At the first meeting, they talked in broad terms about the range of business value and how it was being determined, cash flow of the business, and how the purchase could be financed over time. The goal of this first meeting was to give them a vision of themselves as owners of the business, without outright overwhelming them. Roger and Steve accomplished that goal. Steve counseled Roger over the ensuing years on how to gradually increase the key employees’ roles in the business, including the sharing of the company’s finances.


The biggest question running through their minds was, “How in the world can we afford to do this?”

Financing the Transaction to Make It Work for All Parties

About two years out from the sale, based on the prior annual valuations prepared, Roger agreed to a price of $2,250,000 on a capital transaction basis. Without going into all the details, there was a $250,000 down payment financed by their current bank, with annual payments from the key employees totaling $200,000 for 10 years, which was equivalent to Roger’s current annual base pay.

Working with this information Steve created a cash flow projection for both Roger and the key employees. The cash flow projection covered the entire purchase cycle.

They presented the analysis and had a very lengthy and detailed discussion about it. It was essential that the buyers see how, through annual bonuses, they would be able to afford the business. Steve's role in this process was to advise both sides very clearly on the cash and tax ramifications of the purchase, and especially to educate the buyers on conservative finance principles.

After giving both sides a very clear roadmap of the transaction, and after some further discussion, both sides approved and Steve and Roger engaged an attorney to draft the appropriate legal documents. They also helped the key employees engage an attorney so they could get an independent opinion and confirmation on the fairness of the deal.

Roger ended up selling to key employees instead of family members working in the company. I admired Roger for this very difficult decision.
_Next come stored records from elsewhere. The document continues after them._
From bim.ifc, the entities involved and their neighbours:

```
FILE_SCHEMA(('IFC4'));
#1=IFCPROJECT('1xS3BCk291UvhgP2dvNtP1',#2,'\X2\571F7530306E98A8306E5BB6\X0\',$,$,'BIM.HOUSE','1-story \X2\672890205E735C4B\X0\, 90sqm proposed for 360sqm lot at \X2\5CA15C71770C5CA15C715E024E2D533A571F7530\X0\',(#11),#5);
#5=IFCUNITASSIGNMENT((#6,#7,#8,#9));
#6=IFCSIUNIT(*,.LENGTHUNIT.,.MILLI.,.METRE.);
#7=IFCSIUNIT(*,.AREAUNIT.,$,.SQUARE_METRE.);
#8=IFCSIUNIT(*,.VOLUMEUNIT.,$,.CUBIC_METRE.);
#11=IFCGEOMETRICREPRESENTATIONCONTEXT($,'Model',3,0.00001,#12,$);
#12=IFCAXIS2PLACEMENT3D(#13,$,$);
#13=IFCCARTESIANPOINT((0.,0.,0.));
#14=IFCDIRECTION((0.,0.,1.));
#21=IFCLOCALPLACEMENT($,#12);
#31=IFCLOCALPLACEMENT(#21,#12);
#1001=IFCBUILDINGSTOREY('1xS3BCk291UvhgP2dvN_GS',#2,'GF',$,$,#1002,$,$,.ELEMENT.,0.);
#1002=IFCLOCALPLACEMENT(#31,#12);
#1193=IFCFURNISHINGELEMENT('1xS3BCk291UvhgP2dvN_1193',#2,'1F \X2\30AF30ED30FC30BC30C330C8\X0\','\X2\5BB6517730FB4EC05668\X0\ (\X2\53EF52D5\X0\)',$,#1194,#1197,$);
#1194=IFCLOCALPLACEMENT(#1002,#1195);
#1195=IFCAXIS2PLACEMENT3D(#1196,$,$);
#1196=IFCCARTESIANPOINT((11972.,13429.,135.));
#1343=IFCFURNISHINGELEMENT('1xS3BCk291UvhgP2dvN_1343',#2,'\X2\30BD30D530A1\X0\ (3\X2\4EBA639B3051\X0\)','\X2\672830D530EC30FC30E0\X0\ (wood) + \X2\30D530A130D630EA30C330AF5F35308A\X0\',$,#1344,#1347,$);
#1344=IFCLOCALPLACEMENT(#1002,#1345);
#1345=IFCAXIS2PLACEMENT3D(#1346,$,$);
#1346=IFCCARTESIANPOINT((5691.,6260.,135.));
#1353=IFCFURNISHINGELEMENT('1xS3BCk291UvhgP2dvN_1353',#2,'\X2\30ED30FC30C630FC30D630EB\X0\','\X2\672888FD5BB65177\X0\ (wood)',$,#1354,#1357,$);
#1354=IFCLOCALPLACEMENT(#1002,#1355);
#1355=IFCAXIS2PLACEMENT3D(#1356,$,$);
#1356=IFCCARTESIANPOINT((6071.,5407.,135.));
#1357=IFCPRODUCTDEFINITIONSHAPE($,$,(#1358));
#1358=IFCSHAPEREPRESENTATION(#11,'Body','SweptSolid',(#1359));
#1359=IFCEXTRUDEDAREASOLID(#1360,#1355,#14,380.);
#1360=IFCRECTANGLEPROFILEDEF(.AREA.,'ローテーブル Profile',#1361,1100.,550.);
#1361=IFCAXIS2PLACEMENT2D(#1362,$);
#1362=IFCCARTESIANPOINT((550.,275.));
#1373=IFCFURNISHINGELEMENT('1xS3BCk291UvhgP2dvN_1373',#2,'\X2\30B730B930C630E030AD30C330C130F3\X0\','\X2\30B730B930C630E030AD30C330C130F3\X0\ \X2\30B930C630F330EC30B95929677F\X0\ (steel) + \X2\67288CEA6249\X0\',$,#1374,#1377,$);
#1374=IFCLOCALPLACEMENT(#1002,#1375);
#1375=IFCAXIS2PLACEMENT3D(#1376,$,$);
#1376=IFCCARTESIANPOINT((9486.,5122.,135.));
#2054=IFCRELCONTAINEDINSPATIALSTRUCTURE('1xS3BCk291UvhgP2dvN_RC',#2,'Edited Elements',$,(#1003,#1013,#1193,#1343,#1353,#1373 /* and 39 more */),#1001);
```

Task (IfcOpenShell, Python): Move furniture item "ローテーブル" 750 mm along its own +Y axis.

```python
import ifcopenshell
import ifcopenshell.api.geometry
import ifcopenshell.util.placement
import ifcopenshell.util.unit

model = ifcopenshell.open("bim.ifc")
unit_scale = ifcopenshell.util.unit.calculate_unit_scale(model)

item = model.by_guid("1xS3BCk291UvhgP2dvN_1353")
matrix = ifcopenshell.util.placement.get_local_placement(item.ObjectPlacement)
matrix[:3, 3] += matrix[:3, 1] * 0.75 / unit_scale
ifcopenshell.api.geometry.edit_object_placement(model, product=item, matrix=matrix, is_si=False)

print(ifcopenshell.util.placement.get_local_placement(item.ObjectPlacement).round(3) + 0.0)

model.write("bim_updated.ifc")
```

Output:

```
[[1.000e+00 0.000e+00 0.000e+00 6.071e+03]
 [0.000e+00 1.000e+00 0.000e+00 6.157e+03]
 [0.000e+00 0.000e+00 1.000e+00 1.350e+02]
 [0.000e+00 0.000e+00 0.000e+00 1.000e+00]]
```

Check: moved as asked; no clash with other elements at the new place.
In my experience, many business owners don’t always make the best decisions in identifying their successors when family is involved.

Steve Ball, Partner, Gross Mendelsohn

Reasons for This Transaction’s Success

Having taken several business through similar transactions, Steve has found the following to be essential for a successful transaction. 

  1. The deal is based on reality from a valuation and cash flow perspective.
  2. It involves the right buyers who can accomplish the plan.
  3. Both the seller and buyers are people of character who desired all-around success.
  4. A very clear roadmap on how to get there, and steps for consistent and appropriate follow up, was provided to all parties.

Moving into retirement can be a very emotional time for entrepreneurs who have given their life to the business they nurtured and built. Selling to key employees can be a very rewarding way to accomplish your retirement financial goals while seeing your legacy maintained, and the lives of your employees thrive.